The gate-off voltage Voff is negative voltage, so that current Ic flows from the ground to the emitter terminal E through the discharge resistor Rc. When current Ip that flows to the gate line Gi is sharply increased, the gate-off voltage Voff is decreased rather than the first voltage V1 to be maintained. However, with this configuration, current Ic that flows through the discharge resistor Rc compensates current Ip that flows to the gate line Gi, so that the degree of change of the gate-off voltage Voff may be relieved.

That is, the gate-off voltage generator 800 may maintain the gate-off voltage Voff as the first voltage V1 through the discharge resistor Rc and the controller 710 that controls the base voltage that is inputted to the base terminal B.

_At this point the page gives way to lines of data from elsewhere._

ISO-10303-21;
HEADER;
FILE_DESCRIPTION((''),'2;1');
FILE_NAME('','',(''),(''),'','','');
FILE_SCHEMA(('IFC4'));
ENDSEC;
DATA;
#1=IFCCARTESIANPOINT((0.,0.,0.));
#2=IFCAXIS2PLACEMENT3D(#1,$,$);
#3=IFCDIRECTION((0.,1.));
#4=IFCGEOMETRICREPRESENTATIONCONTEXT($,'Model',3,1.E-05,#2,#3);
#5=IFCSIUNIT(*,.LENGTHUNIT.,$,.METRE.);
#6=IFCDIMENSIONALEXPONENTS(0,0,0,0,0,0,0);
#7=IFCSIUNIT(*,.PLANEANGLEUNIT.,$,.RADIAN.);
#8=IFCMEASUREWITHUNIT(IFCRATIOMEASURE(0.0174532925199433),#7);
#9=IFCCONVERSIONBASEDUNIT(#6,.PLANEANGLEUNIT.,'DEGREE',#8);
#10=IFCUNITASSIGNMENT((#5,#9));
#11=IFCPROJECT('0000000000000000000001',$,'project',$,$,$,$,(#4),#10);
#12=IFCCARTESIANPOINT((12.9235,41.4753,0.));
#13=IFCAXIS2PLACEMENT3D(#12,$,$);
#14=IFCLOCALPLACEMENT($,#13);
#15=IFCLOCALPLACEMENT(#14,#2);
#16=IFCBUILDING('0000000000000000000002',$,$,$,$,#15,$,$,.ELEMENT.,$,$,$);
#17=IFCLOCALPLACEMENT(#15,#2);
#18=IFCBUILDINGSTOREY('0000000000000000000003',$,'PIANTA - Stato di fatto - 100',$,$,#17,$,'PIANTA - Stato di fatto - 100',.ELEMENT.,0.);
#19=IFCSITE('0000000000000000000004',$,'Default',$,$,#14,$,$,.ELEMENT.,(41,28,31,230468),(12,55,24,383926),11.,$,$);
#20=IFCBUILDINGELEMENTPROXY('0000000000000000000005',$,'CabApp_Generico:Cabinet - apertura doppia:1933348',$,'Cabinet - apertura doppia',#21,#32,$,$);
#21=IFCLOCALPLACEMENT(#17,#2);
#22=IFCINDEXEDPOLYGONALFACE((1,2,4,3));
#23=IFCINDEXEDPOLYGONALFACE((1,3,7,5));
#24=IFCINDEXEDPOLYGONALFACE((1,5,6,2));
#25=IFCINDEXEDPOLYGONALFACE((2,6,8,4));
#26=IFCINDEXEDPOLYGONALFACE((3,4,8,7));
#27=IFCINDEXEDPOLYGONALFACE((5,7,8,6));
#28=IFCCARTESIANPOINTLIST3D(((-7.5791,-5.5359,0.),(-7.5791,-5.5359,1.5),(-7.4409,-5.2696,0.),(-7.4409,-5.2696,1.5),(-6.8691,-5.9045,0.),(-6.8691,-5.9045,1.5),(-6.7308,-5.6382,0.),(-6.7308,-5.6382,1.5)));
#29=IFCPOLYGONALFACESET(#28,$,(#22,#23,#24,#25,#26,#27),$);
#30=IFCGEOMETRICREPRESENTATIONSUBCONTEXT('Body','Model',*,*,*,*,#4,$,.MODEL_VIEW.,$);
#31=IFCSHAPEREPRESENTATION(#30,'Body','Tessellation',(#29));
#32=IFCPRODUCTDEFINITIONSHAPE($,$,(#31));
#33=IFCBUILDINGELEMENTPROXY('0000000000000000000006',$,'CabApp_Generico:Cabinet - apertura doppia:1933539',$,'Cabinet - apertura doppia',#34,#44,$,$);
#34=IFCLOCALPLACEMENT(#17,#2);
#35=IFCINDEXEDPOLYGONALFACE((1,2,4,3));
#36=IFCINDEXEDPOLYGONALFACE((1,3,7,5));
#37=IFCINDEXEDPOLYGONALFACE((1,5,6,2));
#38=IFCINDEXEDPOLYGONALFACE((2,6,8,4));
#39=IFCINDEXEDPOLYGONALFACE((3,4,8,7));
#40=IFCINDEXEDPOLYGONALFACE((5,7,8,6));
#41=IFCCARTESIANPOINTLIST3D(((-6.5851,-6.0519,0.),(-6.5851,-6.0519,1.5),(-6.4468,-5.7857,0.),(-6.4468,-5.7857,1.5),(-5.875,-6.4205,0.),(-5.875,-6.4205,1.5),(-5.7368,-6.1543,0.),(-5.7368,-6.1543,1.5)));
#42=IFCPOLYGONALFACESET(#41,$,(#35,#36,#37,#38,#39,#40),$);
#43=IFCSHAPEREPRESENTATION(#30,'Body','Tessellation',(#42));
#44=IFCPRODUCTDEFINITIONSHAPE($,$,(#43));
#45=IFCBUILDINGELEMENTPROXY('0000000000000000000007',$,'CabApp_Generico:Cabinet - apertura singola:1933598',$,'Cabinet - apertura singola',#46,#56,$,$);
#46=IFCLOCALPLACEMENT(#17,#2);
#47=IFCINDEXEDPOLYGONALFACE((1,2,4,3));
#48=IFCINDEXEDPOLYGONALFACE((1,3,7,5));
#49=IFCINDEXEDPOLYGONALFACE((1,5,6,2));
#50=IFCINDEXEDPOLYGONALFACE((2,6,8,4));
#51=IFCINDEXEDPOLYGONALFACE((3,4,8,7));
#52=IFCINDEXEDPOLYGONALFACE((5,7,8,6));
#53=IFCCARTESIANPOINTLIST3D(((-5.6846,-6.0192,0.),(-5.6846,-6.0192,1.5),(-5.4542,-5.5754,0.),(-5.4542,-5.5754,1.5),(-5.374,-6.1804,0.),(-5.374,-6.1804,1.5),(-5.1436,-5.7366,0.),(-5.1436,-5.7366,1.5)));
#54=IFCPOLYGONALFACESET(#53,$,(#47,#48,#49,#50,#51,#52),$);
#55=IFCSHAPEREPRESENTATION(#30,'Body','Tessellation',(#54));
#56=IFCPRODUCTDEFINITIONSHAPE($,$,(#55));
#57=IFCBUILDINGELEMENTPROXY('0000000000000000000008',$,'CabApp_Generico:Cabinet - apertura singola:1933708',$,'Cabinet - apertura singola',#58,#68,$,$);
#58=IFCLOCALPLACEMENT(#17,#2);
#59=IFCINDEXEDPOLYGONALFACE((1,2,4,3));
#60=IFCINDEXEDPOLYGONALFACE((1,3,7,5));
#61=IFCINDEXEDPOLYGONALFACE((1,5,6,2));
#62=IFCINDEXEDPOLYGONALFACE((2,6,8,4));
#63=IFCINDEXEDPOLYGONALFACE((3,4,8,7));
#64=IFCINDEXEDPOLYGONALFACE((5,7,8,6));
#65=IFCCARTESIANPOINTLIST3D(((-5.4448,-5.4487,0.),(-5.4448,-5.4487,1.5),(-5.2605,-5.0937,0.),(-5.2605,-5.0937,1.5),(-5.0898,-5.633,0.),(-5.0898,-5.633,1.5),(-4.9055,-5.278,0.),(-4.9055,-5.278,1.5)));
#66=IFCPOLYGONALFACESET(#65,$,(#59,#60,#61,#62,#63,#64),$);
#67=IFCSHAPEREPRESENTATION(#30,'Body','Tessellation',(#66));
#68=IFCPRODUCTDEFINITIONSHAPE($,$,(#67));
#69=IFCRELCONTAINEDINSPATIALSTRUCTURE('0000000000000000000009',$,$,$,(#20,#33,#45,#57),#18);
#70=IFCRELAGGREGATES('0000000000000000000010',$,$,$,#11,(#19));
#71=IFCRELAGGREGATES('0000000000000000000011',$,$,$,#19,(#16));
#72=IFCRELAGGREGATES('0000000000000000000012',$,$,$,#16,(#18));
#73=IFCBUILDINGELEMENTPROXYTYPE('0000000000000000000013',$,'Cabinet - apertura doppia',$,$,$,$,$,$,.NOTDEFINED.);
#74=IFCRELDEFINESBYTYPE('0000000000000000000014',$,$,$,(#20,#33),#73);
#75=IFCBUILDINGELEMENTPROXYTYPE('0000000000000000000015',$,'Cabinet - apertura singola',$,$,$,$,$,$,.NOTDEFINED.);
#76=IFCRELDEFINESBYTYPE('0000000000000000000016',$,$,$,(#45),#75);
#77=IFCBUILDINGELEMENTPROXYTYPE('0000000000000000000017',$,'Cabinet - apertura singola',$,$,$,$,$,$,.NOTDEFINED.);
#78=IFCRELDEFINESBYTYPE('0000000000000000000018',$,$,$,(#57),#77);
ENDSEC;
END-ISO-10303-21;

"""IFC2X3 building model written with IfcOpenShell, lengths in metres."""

from ifc_helpers import new_model, entity, si_unit, converted_unit, direction, frame, frame_2d, origin, origin_2d_with_axis, place, context, subcontext, project, spatial, rectangle, extrude, source, transform, mapped, type_object, type_shapes, element, save


model = new_model("IFC2X3")

# Units and contexts
model_context = context("Model", 3, precision=1e-05, world=origin(), true_north=direction((0.0, 1.0)))
body_context = subcontext(model_context, "Body", "Model", "MODEL_VIEW")
ifc_project = project(units=[si_unit("LENGTHUNIT", "METRE"), converted_unit("PLANEANGLEUNIT", "DEGREE", entity("IfcRatioMeasure", 0.0174532925199433), si_unit("PLANEANGLEUNIT", "RADIAN"), dimensions=[0, 0, 0, 0, 0, 0, 0])], contexts=[model_context])

# Site, building, storey
site_placement = place(None, frame((12.9235, 41.4753, 0.0)))
site = spatial("IfcSite", under=ifc_project, at=site_placement, Name="Default", CompositionType="ELEMENT", RefLatitude=(41, 28, 31, 230468), RefLongitude=(12, 55, 24, 383926), RefElevation=11.0)
building_placement = place(site_placement, origin())
building = spatial("IfcBuilding", under=site, at=building_placement, CompositionType="ELEMENT")
storey_placement = place(building_placement, origin())
storey = spatial("IfcBuildingStorey", under=building, at=storey_placement, Name="PIANTA - Stato di fatto - 100", LongName="PIANTA - Stato di fatto - 100", CompositionType="ELEMENT", Elevation=0.0)

# Building element proxies
building_element_proxy_type_1 = type_object("IfcBuildingElementProxyType", Name="Cabinet - apertura doppia", PredefinedType="NOTDEFINED")
shared_shape_1 = source(origin(), body_context, "Body", "SweptSolid", [
    extrude(rectangle(XDim=0.3, YDim=0.8, at=origin_2d_with_axis()), frame((0.0, 0.0, 0.0), z_axis=(0.0, 0.0, 1.0), x_axis=(0.0, 1.0, 0.0)), (0.0, 0.0, 1.0), 1.5),
])
type_shapes(building_element_proxy_type_1, [shared_shape_1])
for number, where, z_axis, x_axis, name in (
    (1, (-7.155, -5.5871, 0.0), (0.0, 0.0, 1.0), (-0.887538, 0.460735, 0.0), "CabApp_Generico:Cabinet - apertura doppia:1933348"),
    (2, (-6.1609, -6.1031, 0.0), (0.0, 0.0, 1.0), (-0.887538, 0.460735, 0.0), "CabApp_Generico:Cabinet - apertura doppia:1933539"),
):
    element("IfcBuildingElementProxy", number, at=place(storey_placement, frame(where, z_axis=z_axis, x_axis=x_axis)), inside=storey, type_object=building_element_proxy_type_1, Name=name, ObjectType="Cabinet - apertura doppia", context=body_context, shape_type="MappedRepresentation", body=[
        mapped(shared_shape_1, transform((0.0, 0.0, 0.0), scale=1.0)),
    ])
building_element_proxy_type_2 = type_object("IfcBuildingElementProxyType", Name="Cabinet - apertura singola", PredefinedType="NOTDEFINED")
shared_shape_2 = source(origin(), body_context, "Body", "SweptSolid", [
    extrude(rectangle(XDim=0.5, YDim=0.35, at=origin_2d_with_axis()), frame((0.0, 0.0, 0.0), z_axis=(0.0, 0.0, 1.0), x_axis=(-1.0, 0.0, 0.0)), (0.0, 0.0, 1.0), 1.5),
])
type_shapes(building_element_proxy_type_2, [shared_shape_2])
proxy_1_placement = place(storey_placement, frame((-5.4141, -5.8779, 0.0), z_axis=(0.0, 0.0, 1.0), x_axis=(-0.460735, -0.887538, 0.0)))
element("IfcBuildingElementProxy", 3, at=proxy_1_placement, inside=storey, type_object=building_element_proxy_type_2, Name="CabApp_Generico:Cabinet - apertura singola:1933598", ObjectType="Cabinet - apertura singola", context=body_context, shape_type="MappedRepresentation", body=[
    mapped(shared_shape_2, transform((0.0, 0.0, 0.0), scale=1.0)),
])
building_element_proxy_type_3 = type_object("IfcBuildingElementProxyType", Name="Cabinet - apertura singola", PredefinedType="NOTDEFINED")
shared_shape_3 = source(origin(), body_context, "Body", "SweptSolid", [
    extrude(rectangle(XDim=0.4, YDim=0.4, at=frame_2d((0.0, 0.0), x_axis=(1.0, 0.0))), frame((0.0, 0.0, 0.0), z_axis=(0.0, 0.0, 1.0), x_axis=(-1.0, 0.0, 0.0)), (0.0, 0.0, 1.0), 1.5),
])
type_shapes(building_element_proxy_type_3, [shared_shape_3])
proxy_2_placement = place(storey_placement, frame((-5.1752, -5.3634, 0.0), z_axis=(0.0, 0.0, 1.0), x_axis=(-0.460735, -0.887538, 0.0)))
element("IfcBuildingElementProxy", 4, at=proxy_2_placement, inside=storey, type_object=building_element_proxy_type_3, Name="CabApp_Generico:Cabinet - apertura singola:1933708", ObjectType="Cabinet - apertura singola", context=body_context, shape_type="MappedRepresentation", body=[
    mapped(shared_shape_3, transform((0.0, 0.0, 0.0), scale=1.0)),
])

save(model, "model.ifc")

The resistor Rp and the resistor Rs are connected in parallel. The discharge resistor Rc is connected in parallel to the resistors Rp, Rs. With this configuration, the discharge resistor Rc may be predetermined to satisfy the following Equation 2:

Voff = Rc ( Rp // Rs ) + Rc  Voffe < V   1 ( Equation   2 ) 

Referring to Equation 2, the gate-off voltage generator 800 uses the discharge resistor Rc that makes the gate-off voltage Voff to be lower than the first voltage V1. When the discharge resistor Rc is predetermined to make the gate-off voltage Voff to be higher than the first voltage V1, the gate-off voltage Voff cannot obtain the first voltage V1 that is the desired real voltage because lower voltage than the predetermined voltage cannot be generated.

As described above, the display device that can stably supply the gate-off voltage Voff and the driving method thereof can be provided according to the exemplary embodiment of the present invention. The gate driver can generate the gate-off voltage Voff that is not changed, so that stable display characteristics of the display device can be secured. The gate-off voltage generator for stably supplying the gate-off voltage Voff does not need a circuit element, such as a charge pump, or a zener diode, and can simply implement the stable supply of the gate off voltage Voff through the transistor. Thus, cost reduction and competitiveness in a market can be secured.

In addition, when operating at both room temperature and at a low temperature, the stable gate-off voltage Voff can be all maintained through the feedback, and even when the gate-off voltage Voff is changed, it can be controlled to stably maintain the gate-off voltage Voff.

While the present invention has been described in connection with what is presently considered to be practical exemplary embodiments, it is to be understood that the invention is not limited to the disclosed embodiments, but, on the contrary, is intended to cover various modifications and equivalent arrangements included within the spirit and scope of the appended claims.